For cleaning, he now uses a metal Clipper 2B fanning mill which saves him 10% to 15% in time compared to the wooden mill; he still needs to hand sort.
Messing said, “At the end of the day, they’re essentially the same machine, but the newer one does it more efficiently.”
His goal is to eventually have two fanning mills in operation – one to scalp and take out the dirt and the other to sort out the split beans. (He has a tempeh customer who can utilize splits.)
After six years of growing beans, he’s also finally located some appropriately-scaled used equipment: a Forsberg AS destoner, Forsberg 6B and 10M gravity tables and a Crippen J18 polisher. He’s working on rebuilding the equipment, but it’s still a work in progress. With this equipment, he expects he’ll be able to clean about 1,000 to 2,000 pounds of beans per hour, which exceeds his needs at this point but allows room for expansion should he increase acreage.
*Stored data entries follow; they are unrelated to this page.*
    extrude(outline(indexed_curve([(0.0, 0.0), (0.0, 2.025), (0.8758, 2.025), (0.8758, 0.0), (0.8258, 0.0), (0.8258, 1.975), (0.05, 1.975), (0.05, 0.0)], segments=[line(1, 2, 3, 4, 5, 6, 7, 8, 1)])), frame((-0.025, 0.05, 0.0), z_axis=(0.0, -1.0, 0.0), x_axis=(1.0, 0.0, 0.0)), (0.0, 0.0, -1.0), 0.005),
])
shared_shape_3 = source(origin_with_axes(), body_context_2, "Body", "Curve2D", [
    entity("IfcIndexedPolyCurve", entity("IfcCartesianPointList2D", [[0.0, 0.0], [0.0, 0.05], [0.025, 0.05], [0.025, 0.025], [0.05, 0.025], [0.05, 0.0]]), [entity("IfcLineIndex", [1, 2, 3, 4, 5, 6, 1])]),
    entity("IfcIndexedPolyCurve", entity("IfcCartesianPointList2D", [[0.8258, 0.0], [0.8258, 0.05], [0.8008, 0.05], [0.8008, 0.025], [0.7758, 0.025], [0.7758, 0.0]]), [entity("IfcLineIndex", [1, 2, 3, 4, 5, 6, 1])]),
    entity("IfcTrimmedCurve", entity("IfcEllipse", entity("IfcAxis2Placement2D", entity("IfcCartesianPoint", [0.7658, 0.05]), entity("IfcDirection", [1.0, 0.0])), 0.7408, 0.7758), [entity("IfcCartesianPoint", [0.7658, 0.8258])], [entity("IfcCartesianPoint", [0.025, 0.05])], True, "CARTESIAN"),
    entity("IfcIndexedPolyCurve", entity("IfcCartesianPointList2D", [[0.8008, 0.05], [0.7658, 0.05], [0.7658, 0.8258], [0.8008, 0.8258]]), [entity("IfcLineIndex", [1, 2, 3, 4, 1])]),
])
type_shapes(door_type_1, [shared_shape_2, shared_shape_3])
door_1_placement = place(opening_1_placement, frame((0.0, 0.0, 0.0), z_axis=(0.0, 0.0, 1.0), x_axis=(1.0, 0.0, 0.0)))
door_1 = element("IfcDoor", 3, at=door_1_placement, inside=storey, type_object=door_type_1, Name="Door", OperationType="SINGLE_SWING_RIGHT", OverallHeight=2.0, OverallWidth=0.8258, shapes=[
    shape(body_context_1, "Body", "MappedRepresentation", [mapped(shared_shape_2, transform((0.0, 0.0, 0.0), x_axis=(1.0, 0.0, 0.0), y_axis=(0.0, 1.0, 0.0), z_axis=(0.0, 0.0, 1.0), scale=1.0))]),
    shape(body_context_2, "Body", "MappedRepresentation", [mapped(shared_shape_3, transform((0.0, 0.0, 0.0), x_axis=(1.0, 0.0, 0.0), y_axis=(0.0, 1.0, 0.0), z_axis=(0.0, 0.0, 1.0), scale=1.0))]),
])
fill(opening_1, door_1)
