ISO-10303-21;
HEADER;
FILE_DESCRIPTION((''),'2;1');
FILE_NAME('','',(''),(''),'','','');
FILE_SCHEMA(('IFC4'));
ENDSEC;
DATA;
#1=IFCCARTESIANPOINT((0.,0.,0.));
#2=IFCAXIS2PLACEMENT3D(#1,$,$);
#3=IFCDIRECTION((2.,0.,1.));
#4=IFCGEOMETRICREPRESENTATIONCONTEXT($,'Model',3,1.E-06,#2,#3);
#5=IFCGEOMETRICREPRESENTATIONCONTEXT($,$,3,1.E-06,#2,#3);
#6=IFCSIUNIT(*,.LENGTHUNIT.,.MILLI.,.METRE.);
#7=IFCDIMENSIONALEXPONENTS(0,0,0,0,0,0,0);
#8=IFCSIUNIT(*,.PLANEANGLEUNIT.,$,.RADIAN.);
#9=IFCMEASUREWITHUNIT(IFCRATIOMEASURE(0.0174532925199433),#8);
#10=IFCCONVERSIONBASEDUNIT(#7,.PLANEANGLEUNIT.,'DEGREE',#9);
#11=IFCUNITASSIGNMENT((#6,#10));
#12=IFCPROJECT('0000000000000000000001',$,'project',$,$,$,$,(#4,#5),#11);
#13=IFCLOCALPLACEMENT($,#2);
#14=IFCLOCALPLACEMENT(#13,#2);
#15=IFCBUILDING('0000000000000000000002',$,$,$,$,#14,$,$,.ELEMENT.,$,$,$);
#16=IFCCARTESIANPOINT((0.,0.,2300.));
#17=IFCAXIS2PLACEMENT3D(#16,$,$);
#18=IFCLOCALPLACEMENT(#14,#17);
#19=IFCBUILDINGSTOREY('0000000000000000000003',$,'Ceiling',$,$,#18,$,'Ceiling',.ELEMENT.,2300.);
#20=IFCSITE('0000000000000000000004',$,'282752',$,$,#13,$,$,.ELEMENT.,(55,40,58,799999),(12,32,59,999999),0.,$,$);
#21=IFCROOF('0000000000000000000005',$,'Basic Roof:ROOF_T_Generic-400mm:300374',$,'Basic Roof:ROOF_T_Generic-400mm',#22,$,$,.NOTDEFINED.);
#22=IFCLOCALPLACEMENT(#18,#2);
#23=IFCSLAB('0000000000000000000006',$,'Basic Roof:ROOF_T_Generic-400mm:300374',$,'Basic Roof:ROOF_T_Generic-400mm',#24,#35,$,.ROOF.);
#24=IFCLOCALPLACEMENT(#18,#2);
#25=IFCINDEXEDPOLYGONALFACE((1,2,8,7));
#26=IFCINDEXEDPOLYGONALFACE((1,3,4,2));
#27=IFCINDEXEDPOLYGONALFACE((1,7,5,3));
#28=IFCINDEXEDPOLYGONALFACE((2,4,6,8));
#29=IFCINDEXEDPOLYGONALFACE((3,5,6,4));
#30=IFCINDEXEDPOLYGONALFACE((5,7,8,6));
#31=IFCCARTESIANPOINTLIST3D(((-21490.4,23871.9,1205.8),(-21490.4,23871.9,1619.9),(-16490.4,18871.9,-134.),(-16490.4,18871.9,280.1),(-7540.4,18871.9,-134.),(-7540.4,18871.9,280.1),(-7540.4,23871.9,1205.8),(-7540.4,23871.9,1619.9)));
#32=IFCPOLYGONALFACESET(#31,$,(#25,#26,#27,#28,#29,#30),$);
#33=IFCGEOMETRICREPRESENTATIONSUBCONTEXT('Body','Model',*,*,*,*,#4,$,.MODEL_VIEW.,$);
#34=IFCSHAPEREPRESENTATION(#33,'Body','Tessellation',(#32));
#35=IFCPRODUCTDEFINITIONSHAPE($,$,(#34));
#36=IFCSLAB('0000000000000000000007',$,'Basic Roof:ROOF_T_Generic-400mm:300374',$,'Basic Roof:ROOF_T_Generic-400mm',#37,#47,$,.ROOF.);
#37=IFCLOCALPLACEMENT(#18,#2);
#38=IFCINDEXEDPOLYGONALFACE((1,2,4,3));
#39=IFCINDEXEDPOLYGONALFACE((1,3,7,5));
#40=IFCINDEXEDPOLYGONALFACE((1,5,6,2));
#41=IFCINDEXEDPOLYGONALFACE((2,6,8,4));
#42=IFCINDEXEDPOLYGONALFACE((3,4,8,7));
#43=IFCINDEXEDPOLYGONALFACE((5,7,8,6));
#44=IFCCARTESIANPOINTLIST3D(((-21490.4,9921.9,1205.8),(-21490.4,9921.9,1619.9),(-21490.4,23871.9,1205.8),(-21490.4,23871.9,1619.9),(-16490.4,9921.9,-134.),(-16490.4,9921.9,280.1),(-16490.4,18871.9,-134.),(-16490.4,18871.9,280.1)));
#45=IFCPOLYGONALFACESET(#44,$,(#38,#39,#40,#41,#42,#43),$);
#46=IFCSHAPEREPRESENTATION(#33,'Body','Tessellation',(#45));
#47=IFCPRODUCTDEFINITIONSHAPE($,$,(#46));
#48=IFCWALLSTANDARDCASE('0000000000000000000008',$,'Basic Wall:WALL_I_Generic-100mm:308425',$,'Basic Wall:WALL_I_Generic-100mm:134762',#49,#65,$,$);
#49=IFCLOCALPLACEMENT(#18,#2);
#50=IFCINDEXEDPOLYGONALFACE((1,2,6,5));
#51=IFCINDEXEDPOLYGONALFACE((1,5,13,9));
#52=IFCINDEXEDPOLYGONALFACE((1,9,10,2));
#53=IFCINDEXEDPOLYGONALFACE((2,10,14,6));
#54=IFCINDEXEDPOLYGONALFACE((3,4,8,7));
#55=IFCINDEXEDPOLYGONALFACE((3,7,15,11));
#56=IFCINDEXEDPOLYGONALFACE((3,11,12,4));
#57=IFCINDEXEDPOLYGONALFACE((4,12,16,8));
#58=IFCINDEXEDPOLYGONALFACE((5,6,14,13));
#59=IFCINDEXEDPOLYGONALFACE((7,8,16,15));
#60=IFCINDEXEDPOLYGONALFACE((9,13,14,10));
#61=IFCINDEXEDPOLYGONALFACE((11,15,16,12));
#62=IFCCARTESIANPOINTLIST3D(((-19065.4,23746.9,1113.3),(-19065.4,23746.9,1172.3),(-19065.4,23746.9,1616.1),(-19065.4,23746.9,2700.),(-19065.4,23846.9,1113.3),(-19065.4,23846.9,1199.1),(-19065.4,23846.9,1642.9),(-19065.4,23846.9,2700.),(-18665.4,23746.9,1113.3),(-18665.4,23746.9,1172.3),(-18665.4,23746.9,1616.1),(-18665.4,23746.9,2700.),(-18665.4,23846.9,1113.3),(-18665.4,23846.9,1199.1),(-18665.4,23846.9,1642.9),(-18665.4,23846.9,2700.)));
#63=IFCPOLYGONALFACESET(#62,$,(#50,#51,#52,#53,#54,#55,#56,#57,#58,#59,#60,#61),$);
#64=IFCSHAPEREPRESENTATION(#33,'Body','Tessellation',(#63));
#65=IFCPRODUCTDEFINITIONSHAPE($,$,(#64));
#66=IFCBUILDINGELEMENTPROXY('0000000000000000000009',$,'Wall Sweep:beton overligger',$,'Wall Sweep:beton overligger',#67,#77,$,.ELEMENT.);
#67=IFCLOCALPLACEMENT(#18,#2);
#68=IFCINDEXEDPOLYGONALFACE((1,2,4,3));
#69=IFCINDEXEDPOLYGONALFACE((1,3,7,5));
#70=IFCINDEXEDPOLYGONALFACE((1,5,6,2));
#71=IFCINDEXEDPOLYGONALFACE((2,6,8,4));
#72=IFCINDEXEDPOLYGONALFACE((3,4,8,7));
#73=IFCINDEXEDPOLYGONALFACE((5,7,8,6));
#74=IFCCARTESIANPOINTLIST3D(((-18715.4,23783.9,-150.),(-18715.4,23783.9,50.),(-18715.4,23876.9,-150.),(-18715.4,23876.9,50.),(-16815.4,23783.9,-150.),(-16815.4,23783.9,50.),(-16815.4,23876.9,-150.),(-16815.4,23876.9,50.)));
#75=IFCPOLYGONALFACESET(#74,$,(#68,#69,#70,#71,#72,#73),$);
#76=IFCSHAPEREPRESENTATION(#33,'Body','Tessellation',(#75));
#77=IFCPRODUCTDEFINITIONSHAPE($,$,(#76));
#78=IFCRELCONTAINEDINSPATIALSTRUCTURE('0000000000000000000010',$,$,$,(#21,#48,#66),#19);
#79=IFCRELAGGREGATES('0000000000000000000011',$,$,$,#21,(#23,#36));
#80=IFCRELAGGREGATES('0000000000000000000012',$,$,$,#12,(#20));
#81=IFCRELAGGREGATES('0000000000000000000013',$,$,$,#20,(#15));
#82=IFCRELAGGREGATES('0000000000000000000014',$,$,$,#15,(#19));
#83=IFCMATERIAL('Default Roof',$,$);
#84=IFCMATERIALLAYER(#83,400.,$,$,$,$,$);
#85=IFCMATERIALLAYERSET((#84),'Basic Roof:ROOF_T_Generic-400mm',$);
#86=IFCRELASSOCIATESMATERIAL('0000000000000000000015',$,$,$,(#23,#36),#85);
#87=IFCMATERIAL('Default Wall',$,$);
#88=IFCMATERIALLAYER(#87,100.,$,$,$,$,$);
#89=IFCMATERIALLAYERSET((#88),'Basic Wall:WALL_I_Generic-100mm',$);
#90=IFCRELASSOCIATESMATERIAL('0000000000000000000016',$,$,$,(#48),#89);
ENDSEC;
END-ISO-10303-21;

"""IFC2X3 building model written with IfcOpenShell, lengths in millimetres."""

from ifc_helpers import new_model, entity, si_unit, converted_unit, direction, frame, frame_2d, origin, origin_2d_with_axis, place, context, subcontext, project, spatial, polyline, rectangle, outline, extrude, material, layer, layer_set, layer_usage, element, aggregate, save


model = new_model("IFC2X3")

# Units and contexts
model_context = context("Model", 3, precision=1e-06, world=origin(), true_north=direction((2.0, 0.0, 1.0)))
context_of_model = context(None, 3, precision=1e-06, world=origin(), true_north=direction((2.0, 0.0, 1.0)))
body_context = subcontext(model_context, "Body", "Model", "MODEL_VIEW")
ifc_project = project(units=[si_unit("LENGTHUNIT", "METRE", prefix="MILLI"), converted_unit("PLANEANGLEUNIT", "DEGREE", entity("IfcRatioMeasure", 0.0174532925199433), si_unit("PLANEANGLEUNIT", "RADIAN"), dimensions=[0, 0, 0, 0, 0, 0, 0])], contexts=[model_context, context_of_model])

# Site, building, storey
site_placement = place(None, origin())
site = spatial("IfcSite", under=ifc_project, at=site_placement, Name="282752", CompositionType="ELEMENT", RefLatitude=(55, 40, 58, 799999), RefLongitude=(12, 32, 59, 999999), RefElevation=0.0)
building_placement = place(site_placement, origin())
building = spatial("IfcBuilding", under=site, at=building_placement, CompositionType="ELEMENT")
storey_placement = place(building_placement, frame((0.0, 0.0, 2300.0)))
storey = spatial("IfcBuildingStorey", under=building, at=storey_placement, Name="Ceiling", LongName="Ceiling", CompositionType="ELEMENT", Elevation=2300.0)

# Roof, slabs
roof_placement = place(storey_placement, origin())
roof = element("IfcRoof", 1, at=roof_placement, inside=storey, Name="Basic Roof:ROOF_T_Generic-400mm:300374", ObjectType="Basic Roof:ROOF_T_Generic-400mm", ShapeType="NOTDEFINED")
ifc_material_1 = material(Name="Default Roof")
ifc_layer_1 = layer(ifc_material_1, 400.0)
ifc_layer_set_1 = layer_set([ifc_layer_1], Name="Basic Roof:ROOF_T_Generic-400mm")
slab_1_placement = place(roof_placement, frame((-21490.4, 9921.9, -134.0)))
slab_1 = element("IfcSlab", 2, at=slab_1_placement, material=ifc_layer_set_1, Name="Basic Roof:ROOF_T_Generic-400mm:300374", ObjectType="Basic Roof:ROOF_T_Generic-400mm", PredefinedType="ROOF", context=body_context, shape_type="SweptSolid", body=[
    extrude(outline(polyline([(-1975.0, -2588.2), (6975.0, -2588.2), (6975.0, 2588.2), (-6975.0, 2588.2), (-1975.0, -2588.2)])), frame((6975.0, 11450.0, 669.9), z_axis=(0.0, -0.258819, 0.965926), x_axis=(1.0, 0.0, 0.0)), (0.0, 0.258819, 0.965926), 414.1),
])
slab_2_placement = place(roof_placement, frame((-21490.4, 9921.9, -134.0)))
slab_2 = element("IfcSlab", 3, at=slab_2_placement, material=ifc_layer_set_1, Name="Basic Roof:ROOF_T_Generic-400mm:300374", ObjectType="Basic Roof:ROOF_T_Generic-400mm", PredefinedType="ROOF", context=body_context, shape_type="SweptSolid", body=[
    extrude(outline(polyline([(-2588.2, -6975.0), (2588.2, -6975.0), (2588.2, 1975.0), (-2588.2, 6975.0), (-2588.2, -6975.0)])), frame((2500.0, 6975.0, 669.9), z_axis=(0.258819, 0.0, 0.965926), x_axis=(0.965926, 0.0, -0.258819)), (-0.258819, 0.0, 0.965926), 414.1),
])
aggregate(roof, [slab_1, slab_2])

# Wall, opening
ifc_material_2 = material(Name="Default Wall")
ifc_layer_2 = layer(ifc_material_2, 100.0)
ifc_layer_set_2 = layer_set([ifc_layer_2], Name="Basic Wall:WALL_I_Generic-100mm")
ifc_layer_usage = layer_usage(ifc_layer_set_2, "AXIS2", "NEGATIVE", 50.0)
wall_placement = place(storey_placement, frame((-18665.4, 23796.9, 1113.3), z_axis=(0.0, 0.0, 1.0), x_axis=(-1.0, 0.0, 0.0)))
wall = element("IfcWallStandardCase", 4, at=wall_placement, inside=storey, material=ifc_layer_usage, Name="Basic Wall:WALL_I_Generic-100mm:308425", ObjectType="Basic Wall:WALL_I_Generic-100mm:134762", context=body_context, shape_type="SweptSolid", body=[
    extrude(rectangle(XDim=400.0, YDim=100.0, at=frame_2d((200.0, 0.0), x_axis=(-1.0, 0.0))), origin(), (0.0, 0.0, 1.0), 1586.7),
])
opening_placement = place(storey_placement, frame((-18665.4, 23796.9, 1113.3), z_axis=(0.0, 0.0, 1.0), x_axis=(-1.0, 0.0, 0.0)))
element("IfcOpeningElement", 5, at=opening_placement, cuts=wall, ObjectType="Opening", context=body_context, shape_type="SweptSolid", body=[
    extrude(rectangle(XDim=103.5, YDim=400.0, at=frame_2d((0.0, 0.0), x_axis=(0.0, 1.0))), frame((200.0, 0.0, 72.3), z_axis=(0.0, 0.258819, 0.965926), x_axis=(1.0, 0.0, 0.0)), (0.0, -0.258819, 0.965926), 443.8),
])

# Building element proxy
proxy_1_placement = place(storey_placement, origin())
element("IfcBuildingElementProxy", 6, at=proxy_1_placement, inside=storey, Name="Wall Sweep:beton overligger", ObjectType="Wall Sweep:beton overligger", CompositionType="ELEMENT", context=body_context, shape_type="SweptSolid", body=[
    extrude(rectangle(XDim=1900.0, YDim=93.0, at=origin_2d_with_axis()), frame((-17765.4, 23830.4, -150.0)), (0.0, 0.0, 1.0), 200.0),
])

save(model, "model.ifc")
Currently, the majority of the dry beans are still sold to chefs in the Detroit area. Messing deliberately chose restaurants in the beginning because he and his wife have off-farm jobs and two young children and didn’t want the time commitment farmers markets require. It’s been a hustle to sell the increased quantities of beans, requiring many cold calls, slowly building relationships and dropping off samples at restaurants. During COVID, he also set up a simple e-commerce site and now sells about 20% of the crop to online customers.
Messing’s goal is to sell an entire year’s crop within a year of harvest. According to him, dry beans change in moisture content over time and therefore take longer to cook. Their colors also tend to darken over time.
“A bean, right at harvest time, they have the best, brightest color that cooks so fast. My goal was to deliver that to as many people as possible,” he said.
He’s also just really happy to carry on Michigan’s and his family’s bean growing traditions. “I love all beans. I eat all beans,” he said. “But the variety in the heirloom beans makes it a lot of fun.”